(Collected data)
■ ■ ■
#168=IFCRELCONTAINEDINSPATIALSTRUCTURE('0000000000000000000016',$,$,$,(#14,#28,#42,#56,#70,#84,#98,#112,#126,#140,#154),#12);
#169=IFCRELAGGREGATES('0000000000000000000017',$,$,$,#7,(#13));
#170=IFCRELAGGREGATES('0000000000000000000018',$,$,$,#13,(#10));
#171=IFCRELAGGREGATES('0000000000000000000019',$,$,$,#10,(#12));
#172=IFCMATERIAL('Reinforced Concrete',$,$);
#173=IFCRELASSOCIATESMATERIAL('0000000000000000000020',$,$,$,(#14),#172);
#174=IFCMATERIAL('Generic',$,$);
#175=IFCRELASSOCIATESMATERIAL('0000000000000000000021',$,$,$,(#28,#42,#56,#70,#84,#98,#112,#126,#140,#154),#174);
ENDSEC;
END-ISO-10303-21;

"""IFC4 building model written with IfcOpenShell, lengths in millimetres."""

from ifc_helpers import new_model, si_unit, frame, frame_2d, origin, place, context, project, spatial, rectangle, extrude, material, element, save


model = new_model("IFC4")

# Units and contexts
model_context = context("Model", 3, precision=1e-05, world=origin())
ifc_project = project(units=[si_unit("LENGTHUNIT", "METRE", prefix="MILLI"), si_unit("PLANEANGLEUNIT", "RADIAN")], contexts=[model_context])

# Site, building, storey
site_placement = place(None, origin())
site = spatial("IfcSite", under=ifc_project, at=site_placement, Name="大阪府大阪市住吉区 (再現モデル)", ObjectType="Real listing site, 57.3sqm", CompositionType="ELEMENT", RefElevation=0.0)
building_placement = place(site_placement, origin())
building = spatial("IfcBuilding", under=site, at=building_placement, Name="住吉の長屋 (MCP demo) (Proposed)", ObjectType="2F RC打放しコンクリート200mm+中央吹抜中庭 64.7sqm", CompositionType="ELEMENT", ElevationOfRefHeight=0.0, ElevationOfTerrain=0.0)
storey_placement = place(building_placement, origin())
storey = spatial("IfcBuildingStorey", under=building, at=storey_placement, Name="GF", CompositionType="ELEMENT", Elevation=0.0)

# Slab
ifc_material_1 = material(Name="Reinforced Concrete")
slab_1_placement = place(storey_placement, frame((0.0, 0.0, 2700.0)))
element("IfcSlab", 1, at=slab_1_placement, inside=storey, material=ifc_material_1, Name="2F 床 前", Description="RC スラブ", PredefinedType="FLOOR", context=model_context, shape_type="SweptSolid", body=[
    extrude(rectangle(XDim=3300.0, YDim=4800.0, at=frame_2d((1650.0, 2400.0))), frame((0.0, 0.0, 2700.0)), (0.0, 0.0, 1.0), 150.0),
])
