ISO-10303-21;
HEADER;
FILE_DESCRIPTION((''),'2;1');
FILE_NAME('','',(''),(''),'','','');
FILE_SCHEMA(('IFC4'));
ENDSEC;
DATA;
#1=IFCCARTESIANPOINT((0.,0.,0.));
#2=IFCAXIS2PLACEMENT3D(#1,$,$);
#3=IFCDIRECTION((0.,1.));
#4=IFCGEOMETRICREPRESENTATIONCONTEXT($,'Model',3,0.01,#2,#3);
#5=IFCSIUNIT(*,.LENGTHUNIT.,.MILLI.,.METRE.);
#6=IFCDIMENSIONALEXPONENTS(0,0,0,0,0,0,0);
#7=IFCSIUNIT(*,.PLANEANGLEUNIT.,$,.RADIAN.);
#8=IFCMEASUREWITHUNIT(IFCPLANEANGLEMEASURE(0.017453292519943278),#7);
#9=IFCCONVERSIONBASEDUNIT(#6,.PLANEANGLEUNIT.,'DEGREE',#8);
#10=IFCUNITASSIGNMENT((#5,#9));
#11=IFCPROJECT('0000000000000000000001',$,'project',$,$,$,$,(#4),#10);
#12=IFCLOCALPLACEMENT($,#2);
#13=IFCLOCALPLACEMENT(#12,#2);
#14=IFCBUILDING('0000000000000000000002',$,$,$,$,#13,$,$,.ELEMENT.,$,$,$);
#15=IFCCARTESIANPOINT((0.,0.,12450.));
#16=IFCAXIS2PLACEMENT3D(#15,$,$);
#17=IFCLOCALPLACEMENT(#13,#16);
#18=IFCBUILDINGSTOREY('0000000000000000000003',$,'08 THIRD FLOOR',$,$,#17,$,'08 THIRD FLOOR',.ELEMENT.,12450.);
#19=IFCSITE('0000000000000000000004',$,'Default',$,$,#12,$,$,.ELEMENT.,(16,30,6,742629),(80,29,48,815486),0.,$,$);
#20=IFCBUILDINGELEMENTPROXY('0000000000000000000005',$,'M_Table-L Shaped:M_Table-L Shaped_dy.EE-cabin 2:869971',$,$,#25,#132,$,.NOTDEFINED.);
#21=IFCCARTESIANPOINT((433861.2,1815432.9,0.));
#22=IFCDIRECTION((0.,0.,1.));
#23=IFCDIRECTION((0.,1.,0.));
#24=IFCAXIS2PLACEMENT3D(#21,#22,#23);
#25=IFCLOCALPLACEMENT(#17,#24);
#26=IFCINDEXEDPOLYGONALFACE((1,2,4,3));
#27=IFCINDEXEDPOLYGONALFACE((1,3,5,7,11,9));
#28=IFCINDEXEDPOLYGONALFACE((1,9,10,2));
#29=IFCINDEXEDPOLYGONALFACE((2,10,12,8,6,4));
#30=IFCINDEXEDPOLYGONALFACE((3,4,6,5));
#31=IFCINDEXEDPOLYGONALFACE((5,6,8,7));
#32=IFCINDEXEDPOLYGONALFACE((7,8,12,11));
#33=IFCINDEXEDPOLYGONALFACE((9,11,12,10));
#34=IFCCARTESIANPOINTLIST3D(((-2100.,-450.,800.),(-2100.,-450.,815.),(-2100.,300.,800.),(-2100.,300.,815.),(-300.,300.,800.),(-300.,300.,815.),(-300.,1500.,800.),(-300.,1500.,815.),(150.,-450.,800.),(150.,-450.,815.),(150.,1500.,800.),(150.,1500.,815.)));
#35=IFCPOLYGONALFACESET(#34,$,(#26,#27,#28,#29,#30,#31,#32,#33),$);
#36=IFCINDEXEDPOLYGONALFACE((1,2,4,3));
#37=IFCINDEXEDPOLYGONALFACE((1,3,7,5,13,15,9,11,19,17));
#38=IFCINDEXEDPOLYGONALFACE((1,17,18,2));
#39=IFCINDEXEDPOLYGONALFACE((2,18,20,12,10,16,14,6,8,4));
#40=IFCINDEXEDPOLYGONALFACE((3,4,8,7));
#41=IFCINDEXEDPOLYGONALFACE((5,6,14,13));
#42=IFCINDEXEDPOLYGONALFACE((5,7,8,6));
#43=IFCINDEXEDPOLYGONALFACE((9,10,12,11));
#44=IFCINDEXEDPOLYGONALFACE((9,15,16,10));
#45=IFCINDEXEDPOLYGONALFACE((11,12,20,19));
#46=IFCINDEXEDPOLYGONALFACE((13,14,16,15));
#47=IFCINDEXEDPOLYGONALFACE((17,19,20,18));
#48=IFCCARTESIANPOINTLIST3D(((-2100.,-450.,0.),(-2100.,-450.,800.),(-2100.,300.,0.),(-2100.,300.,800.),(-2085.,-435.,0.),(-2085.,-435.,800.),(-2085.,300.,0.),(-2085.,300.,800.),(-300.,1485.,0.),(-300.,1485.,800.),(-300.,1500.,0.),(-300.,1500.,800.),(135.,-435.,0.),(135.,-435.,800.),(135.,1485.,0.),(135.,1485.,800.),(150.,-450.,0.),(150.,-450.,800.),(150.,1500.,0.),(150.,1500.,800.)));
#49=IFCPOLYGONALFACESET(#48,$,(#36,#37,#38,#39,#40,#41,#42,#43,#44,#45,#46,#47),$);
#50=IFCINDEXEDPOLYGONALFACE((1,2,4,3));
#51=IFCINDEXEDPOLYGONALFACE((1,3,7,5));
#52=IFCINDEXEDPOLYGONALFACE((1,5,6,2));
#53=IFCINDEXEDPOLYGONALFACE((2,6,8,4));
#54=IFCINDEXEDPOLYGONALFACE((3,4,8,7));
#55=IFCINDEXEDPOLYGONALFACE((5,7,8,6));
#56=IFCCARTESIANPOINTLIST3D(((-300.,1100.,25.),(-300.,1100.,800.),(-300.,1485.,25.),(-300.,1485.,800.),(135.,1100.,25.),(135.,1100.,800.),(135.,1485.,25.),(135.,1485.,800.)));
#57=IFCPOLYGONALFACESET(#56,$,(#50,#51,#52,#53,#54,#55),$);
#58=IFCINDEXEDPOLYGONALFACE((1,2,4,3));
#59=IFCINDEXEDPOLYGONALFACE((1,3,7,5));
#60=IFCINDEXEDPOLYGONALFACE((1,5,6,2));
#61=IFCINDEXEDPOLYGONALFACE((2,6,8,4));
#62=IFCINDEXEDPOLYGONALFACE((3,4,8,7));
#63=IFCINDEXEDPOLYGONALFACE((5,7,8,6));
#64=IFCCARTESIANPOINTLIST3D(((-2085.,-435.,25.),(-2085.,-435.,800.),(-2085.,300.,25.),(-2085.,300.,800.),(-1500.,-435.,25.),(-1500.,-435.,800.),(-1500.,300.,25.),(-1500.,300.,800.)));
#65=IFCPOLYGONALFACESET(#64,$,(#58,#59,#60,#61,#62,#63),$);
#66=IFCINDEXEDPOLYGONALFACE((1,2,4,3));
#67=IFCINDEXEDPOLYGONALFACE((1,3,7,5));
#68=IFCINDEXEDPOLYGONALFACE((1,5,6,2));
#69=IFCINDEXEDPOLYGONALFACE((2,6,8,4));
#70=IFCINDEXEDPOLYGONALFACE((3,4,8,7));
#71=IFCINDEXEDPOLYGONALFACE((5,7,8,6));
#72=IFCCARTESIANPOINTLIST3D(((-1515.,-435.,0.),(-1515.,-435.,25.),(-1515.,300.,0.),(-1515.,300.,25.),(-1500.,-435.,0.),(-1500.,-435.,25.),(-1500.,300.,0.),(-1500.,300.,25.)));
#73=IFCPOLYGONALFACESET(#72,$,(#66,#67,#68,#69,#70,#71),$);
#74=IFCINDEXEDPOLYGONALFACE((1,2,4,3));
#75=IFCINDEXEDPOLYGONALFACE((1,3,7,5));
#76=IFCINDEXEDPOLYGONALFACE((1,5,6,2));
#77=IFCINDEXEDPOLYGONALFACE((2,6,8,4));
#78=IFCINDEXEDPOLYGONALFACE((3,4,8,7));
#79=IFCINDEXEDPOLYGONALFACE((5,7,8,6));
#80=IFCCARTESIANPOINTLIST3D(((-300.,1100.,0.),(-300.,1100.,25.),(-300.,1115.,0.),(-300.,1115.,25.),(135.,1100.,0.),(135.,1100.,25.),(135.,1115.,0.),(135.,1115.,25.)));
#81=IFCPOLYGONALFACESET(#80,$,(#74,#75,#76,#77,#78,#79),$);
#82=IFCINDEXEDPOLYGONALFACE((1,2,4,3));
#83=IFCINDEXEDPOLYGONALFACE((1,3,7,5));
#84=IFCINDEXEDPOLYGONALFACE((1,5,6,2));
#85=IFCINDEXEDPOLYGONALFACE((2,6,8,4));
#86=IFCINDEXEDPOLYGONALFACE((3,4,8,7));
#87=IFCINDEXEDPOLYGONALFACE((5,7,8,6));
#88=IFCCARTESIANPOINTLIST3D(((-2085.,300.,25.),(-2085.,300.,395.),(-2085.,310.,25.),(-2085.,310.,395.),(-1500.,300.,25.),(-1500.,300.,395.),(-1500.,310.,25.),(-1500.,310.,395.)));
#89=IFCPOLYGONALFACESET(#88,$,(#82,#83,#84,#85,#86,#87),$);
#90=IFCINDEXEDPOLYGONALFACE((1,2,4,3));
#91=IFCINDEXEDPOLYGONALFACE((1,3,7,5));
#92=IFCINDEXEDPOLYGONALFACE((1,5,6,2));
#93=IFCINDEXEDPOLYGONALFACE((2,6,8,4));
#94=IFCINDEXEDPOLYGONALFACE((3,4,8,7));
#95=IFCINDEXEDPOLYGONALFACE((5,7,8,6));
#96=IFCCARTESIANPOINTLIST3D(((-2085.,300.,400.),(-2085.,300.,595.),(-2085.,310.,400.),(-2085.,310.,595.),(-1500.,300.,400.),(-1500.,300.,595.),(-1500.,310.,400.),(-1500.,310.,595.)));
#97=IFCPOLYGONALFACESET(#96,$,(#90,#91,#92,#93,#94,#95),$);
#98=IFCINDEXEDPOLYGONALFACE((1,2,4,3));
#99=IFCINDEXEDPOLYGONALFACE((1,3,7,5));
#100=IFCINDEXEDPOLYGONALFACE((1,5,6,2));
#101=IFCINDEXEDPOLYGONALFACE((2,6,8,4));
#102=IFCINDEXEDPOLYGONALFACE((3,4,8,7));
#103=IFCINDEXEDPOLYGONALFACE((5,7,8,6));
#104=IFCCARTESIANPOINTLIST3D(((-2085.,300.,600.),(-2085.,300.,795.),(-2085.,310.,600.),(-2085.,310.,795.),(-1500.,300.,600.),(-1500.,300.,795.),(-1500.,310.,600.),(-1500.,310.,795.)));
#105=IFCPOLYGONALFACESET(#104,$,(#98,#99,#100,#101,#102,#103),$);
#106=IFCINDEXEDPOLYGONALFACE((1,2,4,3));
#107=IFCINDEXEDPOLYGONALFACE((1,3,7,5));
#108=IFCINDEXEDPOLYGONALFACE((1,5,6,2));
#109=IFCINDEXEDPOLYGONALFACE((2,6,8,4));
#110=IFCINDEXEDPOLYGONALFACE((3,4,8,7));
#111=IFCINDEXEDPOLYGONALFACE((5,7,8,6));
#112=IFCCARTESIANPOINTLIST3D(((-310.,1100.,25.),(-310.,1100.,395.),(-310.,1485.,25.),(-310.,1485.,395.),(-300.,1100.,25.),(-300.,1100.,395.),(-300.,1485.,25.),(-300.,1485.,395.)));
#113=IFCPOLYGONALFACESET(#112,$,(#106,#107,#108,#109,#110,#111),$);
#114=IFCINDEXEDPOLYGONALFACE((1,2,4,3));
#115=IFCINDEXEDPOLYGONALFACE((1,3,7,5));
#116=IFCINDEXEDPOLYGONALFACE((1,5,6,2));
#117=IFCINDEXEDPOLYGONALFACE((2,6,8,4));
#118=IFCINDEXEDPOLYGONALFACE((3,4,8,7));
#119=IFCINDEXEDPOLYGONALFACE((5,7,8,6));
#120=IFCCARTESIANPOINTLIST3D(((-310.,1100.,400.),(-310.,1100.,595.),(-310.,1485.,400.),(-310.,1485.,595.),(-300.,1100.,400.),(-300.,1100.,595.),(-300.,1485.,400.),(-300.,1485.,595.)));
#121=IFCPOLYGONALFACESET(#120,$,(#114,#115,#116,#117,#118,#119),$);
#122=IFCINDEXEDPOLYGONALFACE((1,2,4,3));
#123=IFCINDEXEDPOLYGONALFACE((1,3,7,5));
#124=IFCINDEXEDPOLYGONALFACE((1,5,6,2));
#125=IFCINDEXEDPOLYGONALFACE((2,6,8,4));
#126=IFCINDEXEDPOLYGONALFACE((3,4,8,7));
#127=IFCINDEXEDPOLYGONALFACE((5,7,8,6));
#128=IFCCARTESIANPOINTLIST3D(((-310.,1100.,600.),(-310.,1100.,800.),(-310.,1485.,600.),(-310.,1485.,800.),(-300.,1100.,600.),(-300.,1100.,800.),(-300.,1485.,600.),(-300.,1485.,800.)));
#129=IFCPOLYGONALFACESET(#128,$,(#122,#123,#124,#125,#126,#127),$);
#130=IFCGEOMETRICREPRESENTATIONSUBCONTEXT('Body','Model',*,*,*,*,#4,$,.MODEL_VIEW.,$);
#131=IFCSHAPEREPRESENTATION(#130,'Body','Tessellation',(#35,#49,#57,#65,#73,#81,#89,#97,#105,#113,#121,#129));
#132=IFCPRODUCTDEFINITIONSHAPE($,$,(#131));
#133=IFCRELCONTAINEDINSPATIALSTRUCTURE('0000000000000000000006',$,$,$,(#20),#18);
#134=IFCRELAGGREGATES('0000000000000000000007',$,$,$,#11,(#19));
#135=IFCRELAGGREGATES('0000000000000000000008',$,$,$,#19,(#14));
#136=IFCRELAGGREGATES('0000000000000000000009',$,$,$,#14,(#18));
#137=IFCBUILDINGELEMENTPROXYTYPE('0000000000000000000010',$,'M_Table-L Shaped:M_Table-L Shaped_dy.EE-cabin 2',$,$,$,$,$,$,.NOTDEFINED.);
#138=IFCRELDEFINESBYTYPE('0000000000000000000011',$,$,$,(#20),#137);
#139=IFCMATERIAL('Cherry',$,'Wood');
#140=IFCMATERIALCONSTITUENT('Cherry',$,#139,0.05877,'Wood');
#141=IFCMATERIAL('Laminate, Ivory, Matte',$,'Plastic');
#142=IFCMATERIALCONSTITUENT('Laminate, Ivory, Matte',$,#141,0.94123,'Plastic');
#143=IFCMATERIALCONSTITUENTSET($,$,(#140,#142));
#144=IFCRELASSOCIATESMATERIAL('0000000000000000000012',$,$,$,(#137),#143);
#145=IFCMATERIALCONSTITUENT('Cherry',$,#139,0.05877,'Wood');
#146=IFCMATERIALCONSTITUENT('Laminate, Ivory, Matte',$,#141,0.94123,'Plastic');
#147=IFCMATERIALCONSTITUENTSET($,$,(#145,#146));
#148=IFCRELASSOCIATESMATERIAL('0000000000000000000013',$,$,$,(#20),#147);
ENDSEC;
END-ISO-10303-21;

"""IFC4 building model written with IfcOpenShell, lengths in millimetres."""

from ifc_helpers import new_model, entity, si_unit, converted_unit, direction, frame, origin, place, context, subcontext, project, spatial, indexed_curve, outline, extrude, source, transform, mapped, material, constituent, constituent_set, type_object, type_shapes, element, save


model = new_model("IFC4")

# Units and contexts
model_context = context("Model", 3, precision=0.01, world=origin(), true_north=direction((0.0, 1.0)))
body_context = subcontext(model_context, "Body", "Model", "MODEL_VIEW")
ifc_project = project(units=[si_unit("LENGTHUNIT", "METRE", prefix="MILLI"), converted_unit("PLANEANGLEUNIT", "DEGREE", entity("IfcPlaneAngleMeasure", 0.017453292519943278), si_unit("PLANEANGLEUNIT", "RADIAN"), dimensions=[0, 0, 0, 0, 0, 0, 0])], contexts=[model_context])

# Site, building, storey
site_placement = place(None, origin())
site = spatial("IfcSite", under=ifc_project, at=site_placement, Name="Default", CompositionType="ELEMENT", RefLatitude=(16, 30, 6, 742629), RefLongitude=(80, 29, 48, 815486), RefElevation=0.0)
building_placement = place(site_placement, origin())
building = spatial("IfcBuilding", under=site, at=building_placement, CompositionType="ELEMENT")
storey_placement = place(building_placement, frame((0.0, 0.0, 12450.0)))
storey = spatial("IfcBuildingStorey", under=building, at=storey_placement, Name="08 THIRD FLOOR", LongName="08 THIRD FLOOR", CompositionType="ELEMENT", Elevation=12450.0)

# Building element proxy
ifc_material_1 = material(Name="Cherry", Category="Wood")
ifc_constituent_1 = constituent(ifc_material_1, Name="Cherry", Category="Wood", fraction=0.05877)
ifc_material_2 = material(Name="Laminate, Ivory, Matte", Category="Plastic")
ifc_constituent_2 = constituent(ifc_material_2, Name="Laminate, Ivory, Matte", Category="Plastic", fraction=0.94123)
ifc_constituent_set_1 = constituent_set(constituents=[ifc_constituent_1, ifc_constituent_2])
ifc_constituent_3 = constituent(ifc_material_1, Name="Cherry", Category="Wood", fraction=0.05877)
ifc_constituent_4 = constituent(ifc_material_2, Name="Laminate, Ivory, Matte", Category="Plastic", fraction=0.94123)
ifc_constituent_set_2 = constituent_set(constituents=[ifc_constituent_3, ifc_constituent_4])
building_element_proxy_type_1 = type_object("IfcBuildingElementProxyType", Name="M_Table-L Shaped:M_Table-L Shaped_dy.EE-cabin 2", PredefinedType="NOTDEFINED", material=ifc_constituent_set_2)
shared_shape_1 = source(origin(), body_context, "Body", "SweptSolid", [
■ ■ ■
How to complete this task:
Could you retype exactly the lines above, starting at the line that contains "FLOOR',$,$,#17,$,'08 THIRD FLOOR',.ELEMENT.,12450.);" and ending at the line that contains "#22=IFCDIRECTION((0.,0.,1.));", and nothing more?

Result for this task:
#18=IFCBUILDINGSTOREY('0000000000000000000003',$,'08 THIRD FLOOR',$,$,#17,$,'08 THIRD FLOOR',.ELEMENT.,12450.);
#19=IFCSITE('0000000000000000000004',$,'Default',$,$,#12,$,$,.ELEMENT.,(16,30,6,742629),(80,29,48,815486),0.,$,$);
#20=IFCBUILDINGELEMENTPROXY('0000000000000000000005',$,'M_Table-L Shaped:M_Table-L Shaped_dy.EE-cabin 2:869971',$,$,#25,#132,$,.NOTDEFINED.);
#21=IFCCARTESIANPOINT((433861.2,1815432.9,0.));
#22=IFCDIRECTION((0.,0.,1.));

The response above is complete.